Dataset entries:
▼

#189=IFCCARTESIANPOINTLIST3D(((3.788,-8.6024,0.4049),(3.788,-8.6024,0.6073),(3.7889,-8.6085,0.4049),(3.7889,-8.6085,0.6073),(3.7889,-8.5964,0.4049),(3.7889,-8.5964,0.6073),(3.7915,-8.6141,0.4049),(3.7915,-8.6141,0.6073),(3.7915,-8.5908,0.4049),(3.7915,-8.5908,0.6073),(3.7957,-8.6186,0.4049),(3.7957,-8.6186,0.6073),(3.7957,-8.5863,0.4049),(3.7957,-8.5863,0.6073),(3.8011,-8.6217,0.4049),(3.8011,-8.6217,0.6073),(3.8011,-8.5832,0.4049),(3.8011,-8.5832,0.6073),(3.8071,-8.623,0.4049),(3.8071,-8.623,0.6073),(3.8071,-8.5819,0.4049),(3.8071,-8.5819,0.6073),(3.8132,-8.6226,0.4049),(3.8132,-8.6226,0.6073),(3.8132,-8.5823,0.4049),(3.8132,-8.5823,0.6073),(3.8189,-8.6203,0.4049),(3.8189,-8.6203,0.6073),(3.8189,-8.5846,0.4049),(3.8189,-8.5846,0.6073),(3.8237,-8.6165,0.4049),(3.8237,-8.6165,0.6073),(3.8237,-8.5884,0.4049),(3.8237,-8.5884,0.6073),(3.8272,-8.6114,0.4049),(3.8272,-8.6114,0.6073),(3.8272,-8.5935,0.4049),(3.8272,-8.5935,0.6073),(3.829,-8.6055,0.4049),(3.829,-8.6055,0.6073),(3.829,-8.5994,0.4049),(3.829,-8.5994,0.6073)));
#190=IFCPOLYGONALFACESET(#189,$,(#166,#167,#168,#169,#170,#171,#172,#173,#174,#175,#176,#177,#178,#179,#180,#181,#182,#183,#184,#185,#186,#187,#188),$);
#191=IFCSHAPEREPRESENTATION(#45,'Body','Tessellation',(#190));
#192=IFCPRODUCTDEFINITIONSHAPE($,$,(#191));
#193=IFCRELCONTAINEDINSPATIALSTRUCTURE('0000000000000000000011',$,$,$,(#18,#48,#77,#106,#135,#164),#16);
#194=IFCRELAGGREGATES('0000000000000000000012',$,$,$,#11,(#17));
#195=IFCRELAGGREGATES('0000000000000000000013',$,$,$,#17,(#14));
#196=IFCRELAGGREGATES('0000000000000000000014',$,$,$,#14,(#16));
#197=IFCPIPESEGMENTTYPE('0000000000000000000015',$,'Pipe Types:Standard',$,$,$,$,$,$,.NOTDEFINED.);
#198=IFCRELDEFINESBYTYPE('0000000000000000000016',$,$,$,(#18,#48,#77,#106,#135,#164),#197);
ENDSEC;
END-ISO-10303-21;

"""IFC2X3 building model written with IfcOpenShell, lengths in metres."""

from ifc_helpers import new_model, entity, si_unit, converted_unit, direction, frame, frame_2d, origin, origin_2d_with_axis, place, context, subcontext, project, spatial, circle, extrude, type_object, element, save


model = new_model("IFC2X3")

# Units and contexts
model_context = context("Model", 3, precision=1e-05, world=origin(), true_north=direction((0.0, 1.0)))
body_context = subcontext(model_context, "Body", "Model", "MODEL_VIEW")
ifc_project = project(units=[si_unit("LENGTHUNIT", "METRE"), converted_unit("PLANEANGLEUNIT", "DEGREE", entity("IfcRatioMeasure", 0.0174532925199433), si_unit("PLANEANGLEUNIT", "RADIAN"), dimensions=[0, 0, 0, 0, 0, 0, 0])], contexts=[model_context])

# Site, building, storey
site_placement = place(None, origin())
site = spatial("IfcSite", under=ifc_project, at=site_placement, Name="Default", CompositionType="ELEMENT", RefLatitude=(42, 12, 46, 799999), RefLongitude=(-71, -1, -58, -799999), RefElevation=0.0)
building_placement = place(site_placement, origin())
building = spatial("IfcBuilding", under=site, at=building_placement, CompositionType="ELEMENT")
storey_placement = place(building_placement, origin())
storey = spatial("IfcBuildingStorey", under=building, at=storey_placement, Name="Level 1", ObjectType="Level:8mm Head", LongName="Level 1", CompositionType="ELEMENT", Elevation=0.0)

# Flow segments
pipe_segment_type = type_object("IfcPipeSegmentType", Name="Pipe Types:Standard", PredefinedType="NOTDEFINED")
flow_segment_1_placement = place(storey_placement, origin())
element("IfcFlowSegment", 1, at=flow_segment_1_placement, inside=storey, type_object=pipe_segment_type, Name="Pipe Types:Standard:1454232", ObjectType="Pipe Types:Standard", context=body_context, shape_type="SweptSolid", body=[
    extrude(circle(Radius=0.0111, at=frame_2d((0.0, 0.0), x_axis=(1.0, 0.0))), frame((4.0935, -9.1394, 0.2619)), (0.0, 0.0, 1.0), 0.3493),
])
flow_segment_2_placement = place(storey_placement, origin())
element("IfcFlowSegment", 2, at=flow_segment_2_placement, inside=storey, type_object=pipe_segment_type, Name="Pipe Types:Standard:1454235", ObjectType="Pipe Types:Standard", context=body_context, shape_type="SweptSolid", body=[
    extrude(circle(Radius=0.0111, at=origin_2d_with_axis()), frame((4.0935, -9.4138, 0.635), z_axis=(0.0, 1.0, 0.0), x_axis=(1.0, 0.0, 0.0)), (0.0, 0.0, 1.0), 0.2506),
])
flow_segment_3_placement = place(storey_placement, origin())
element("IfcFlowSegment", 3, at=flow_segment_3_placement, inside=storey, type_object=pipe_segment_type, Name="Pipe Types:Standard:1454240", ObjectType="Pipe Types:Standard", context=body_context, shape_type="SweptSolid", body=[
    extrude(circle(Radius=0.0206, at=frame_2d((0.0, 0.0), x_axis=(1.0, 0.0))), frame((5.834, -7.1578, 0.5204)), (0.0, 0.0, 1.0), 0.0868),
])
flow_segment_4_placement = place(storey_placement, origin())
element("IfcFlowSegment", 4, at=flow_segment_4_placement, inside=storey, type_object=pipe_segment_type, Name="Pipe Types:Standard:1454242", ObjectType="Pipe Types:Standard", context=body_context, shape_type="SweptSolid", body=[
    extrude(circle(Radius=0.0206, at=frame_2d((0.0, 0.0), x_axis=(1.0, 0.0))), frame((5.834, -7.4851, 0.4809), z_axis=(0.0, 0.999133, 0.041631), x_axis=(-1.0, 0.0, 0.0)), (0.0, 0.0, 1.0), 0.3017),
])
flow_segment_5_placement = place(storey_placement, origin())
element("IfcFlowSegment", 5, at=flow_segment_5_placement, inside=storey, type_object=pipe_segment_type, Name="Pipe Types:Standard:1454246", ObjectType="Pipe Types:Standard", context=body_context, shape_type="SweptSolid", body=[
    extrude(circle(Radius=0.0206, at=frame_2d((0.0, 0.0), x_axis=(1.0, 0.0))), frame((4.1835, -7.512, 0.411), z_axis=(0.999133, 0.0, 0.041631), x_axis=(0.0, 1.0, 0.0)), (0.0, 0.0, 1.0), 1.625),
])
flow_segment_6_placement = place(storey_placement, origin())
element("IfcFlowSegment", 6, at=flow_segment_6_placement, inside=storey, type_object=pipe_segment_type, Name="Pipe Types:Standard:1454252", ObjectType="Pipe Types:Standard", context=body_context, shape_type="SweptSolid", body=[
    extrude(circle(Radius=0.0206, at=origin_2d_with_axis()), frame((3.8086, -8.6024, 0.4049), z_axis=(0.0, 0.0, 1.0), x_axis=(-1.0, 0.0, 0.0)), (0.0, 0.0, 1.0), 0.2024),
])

▲

> _Problem to work on_
Copy out each line of the records where the string "direction" appears.

> _Answer below_
from ifc_helpers import new_model, entity, si_unit, converted_unit, direction, frame, frame_2d, origin, origin_2d_with_axis, place, context, subcontext, project, spatial, circle, extrude, type_object, element, save
model_context = context("Model", 3, precision=1e-05, world=origin(), true_north=direction((0.0, 1.0)))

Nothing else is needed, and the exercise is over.